## DATA RECORDS
◇ ◇ ◇

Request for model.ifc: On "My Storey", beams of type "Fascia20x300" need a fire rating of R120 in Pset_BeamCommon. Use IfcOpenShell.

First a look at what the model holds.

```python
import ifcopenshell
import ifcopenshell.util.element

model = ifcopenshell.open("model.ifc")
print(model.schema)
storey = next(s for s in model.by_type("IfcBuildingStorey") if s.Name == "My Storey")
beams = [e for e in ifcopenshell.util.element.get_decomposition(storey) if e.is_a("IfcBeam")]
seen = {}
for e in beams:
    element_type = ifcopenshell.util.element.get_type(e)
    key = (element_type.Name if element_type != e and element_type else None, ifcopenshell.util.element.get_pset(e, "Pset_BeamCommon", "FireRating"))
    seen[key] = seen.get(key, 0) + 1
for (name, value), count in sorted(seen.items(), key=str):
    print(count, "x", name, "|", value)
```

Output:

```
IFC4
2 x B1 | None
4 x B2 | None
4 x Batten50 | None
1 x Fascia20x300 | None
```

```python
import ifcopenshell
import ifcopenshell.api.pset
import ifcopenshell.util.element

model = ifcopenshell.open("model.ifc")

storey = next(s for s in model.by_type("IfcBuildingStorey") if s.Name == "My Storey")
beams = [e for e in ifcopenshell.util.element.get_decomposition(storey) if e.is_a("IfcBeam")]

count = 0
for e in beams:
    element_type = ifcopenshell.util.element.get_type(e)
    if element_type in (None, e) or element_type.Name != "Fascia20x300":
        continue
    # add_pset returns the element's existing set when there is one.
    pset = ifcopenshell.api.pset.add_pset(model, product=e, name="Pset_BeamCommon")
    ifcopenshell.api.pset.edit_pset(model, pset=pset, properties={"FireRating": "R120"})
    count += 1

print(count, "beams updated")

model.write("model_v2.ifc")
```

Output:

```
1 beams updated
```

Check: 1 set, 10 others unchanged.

◇ ◇ ◇

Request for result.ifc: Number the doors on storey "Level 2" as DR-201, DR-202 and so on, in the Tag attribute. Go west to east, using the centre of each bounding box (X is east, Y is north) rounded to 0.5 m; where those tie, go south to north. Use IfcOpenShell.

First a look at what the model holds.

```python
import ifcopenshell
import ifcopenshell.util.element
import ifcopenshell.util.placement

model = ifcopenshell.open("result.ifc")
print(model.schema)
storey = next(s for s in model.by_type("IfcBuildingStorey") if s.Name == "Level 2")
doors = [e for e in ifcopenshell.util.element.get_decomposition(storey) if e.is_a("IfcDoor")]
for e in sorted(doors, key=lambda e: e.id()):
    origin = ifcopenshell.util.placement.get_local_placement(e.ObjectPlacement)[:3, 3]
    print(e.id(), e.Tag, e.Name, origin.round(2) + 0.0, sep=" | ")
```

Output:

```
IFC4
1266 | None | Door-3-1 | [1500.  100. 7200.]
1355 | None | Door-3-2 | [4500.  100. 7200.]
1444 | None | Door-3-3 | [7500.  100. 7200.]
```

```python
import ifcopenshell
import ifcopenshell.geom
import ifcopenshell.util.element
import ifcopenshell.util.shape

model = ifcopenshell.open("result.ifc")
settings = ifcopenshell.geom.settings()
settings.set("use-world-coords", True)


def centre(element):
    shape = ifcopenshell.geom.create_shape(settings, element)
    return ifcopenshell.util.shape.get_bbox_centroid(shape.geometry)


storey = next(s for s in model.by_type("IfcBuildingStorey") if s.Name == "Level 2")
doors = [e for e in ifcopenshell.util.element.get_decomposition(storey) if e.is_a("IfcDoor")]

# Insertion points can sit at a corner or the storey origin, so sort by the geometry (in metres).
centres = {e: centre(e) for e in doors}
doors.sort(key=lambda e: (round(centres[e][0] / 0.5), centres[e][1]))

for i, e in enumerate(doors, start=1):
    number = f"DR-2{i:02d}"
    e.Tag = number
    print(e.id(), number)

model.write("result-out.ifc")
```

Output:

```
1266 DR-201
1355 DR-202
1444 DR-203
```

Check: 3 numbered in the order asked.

◇ ◇ ◇

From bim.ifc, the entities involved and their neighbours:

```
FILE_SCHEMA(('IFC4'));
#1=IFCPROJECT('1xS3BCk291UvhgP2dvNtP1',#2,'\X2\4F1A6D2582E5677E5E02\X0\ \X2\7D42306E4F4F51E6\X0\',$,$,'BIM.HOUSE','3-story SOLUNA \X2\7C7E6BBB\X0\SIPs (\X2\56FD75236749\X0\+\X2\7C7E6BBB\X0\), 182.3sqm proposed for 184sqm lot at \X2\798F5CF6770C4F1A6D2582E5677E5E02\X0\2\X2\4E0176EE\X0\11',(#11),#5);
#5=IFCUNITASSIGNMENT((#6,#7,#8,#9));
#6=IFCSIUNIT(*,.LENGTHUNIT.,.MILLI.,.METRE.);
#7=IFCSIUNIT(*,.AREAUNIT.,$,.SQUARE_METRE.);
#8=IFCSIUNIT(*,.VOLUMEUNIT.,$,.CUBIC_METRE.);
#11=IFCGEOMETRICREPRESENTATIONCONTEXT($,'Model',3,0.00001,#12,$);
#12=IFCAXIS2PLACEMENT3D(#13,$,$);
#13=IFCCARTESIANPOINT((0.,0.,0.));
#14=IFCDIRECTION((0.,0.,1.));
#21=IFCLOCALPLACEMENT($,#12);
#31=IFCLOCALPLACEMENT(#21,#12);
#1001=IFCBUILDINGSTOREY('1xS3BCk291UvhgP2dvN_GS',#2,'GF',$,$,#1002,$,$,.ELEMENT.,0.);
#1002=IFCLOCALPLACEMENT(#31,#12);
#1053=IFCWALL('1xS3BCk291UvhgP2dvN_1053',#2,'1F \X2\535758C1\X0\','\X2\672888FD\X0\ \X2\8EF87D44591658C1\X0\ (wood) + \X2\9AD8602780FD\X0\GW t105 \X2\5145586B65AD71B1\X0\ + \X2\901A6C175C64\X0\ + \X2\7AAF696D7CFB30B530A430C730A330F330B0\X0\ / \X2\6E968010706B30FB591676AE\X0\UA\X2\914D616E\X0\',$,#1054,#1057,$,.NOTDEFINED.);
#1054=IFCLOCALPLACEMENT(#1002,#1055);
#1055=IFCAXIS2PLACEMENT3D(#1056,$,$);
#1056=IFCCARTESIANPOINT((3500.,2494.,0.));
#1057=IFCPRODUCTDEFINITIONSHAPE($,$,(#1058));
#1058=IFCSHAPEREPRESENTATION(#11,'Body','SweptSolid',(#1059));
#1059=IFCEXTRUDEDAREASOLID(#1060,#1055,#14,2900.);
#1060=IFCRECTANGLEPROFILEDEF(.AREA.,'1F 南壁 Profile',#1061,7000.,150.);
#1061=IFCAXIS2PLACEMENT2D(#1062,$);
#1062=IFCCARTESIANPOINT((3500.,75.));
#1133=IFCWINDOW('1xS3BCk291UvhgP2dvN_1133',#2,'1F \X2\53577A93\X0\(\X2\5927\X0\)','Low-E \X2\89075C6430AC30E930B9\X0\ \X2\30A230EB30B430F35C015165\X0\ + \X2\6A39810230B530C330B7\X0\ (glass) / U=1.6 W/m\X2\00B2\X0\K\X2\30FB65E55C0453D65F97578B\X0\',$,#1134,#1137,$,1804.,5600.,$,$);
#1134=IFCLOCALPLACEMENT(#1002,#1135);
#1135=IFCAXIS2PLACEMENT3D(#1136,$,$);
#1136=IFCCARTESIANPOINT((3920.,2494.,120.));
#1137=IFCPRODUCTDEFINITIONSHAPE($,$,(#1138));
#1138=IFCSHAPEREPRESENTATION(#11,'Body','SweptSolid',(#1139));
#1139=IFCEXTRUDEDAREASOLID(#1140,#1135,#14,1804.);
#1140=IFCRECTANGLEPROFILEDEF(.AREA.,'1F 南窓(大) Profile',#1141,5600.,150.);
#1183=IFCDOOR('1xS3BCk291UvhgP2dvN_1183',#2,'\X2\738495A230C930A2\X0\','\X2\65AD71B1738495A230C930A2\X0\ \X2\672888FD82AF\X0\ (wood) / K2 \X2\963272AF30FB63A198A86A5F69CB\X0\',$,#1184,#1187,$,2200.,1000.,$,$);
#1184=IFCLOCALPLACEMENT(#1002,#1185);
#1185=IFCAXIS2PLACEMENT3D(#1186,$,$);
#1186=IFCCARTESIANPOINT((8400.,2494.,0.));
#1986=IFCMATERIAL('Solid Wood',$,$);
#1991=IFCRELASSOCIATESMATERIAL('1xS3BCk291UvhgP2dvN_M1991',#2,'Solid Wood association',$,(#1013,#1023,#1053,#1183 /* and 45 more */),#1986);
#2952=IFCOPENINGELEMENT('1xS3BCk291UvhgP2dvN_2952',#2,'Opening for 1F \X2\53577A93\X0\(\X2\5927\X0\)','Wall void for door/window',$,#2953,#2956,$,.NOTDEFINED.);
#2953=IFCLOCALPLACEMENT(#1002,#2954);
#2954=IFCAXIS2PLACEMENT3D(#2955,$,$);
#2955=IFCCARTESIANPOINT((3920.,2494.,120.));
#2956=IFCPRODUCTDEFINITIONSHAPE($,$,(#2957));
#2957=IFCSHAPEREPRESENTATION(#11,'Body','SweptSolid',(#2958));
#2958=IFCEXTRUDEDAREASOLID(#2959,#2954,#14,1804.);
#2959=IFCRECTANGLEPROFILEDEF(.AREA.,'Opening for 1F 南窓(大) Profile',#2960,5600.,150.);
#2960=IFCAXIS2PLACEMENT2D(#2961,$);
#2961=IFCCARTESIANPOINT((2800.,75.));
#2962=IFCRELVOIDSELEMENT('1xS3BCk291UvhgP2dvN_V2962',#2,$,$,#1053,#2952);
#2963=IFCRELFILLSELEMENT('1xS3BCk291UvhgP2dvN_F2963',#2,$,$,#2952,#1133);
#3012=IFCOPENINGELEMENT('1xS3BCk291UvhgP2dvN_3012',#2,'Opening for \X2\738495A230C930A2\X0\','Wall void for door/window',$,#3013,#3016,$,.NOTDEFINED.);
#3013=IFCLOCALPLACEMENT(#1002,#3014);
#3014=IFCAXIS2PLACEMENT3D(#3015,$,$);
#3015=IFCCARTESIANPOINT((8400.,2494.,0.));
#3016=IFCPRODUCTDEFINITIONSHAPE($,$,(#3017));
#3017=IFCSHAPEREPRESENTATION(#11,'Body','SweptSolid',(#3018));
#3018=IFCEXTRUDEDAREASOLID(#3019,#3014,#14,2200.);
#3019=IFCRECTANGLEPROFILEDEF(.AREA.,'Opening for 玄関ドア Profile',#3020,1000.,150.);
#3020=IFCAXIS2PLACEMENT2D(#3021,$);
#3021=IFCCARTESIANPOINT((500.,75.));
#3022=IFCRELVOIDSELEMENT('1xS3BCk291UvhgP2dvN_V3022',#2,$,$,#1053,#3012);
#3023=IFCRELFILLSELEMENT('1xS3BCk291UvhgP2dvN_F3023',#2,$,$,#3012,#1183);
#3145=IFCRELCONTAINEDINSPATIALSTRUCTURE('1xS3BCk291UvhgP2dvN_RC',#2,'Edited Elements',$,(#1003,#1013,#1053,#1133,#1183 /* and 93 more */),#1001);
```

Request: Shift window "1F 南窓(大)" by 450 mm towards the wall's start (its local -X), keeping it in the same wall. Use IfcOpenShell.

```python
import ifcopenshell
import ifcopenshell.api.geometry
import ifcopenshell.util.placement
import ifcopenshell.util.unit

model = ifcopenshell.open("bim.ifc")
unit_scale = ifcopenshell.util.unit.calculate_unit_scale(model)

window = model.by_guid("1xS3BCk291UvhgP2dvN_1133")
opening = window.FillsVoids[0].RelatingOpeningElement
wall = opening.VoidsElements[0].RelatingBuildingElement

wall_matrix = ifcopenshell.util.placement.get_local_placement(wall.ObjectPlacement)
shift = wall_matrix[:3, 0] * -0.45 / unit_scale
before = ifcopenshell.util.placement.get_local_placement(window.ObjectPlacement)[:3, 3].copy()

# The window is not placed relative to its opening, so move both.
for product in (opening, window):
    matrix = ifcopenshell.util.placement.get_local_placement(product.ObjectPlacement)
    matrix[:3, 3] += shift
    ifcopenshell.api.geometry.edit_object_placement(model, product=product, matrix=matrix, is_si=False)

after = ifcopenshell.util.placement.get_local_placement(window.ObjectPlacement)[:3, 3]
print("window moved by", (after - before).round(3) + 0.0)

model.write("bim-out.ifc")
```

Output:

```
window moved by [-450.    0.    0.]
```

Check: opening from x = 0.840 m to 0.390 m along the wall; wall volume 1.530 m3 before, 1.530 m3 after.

◇ ◇ ◇

Wherever the string "IFCLOCALPLACEMENT" appears in the entries above, return the line it appears on.

#21=IFCLOCALPLACEMENT($,#12);
#31=IFCLOCALPLACEMENT(#21,#12);
#1002=IFCLOCALPLACEMENT(#31,#12);
#1054=IFCLOCALPLACEMENT(#1002,#1055);
#1134=IFCLOCALPLACEMENT(#1002,#1135);
#1184=IFCLOCALPLACEMENT(#1002,#1185);
#2953=IFCLOCALPLACEMENT(#1002,#2954);
#3013=IFCLOCALPLACEMENT(#1002,#3014);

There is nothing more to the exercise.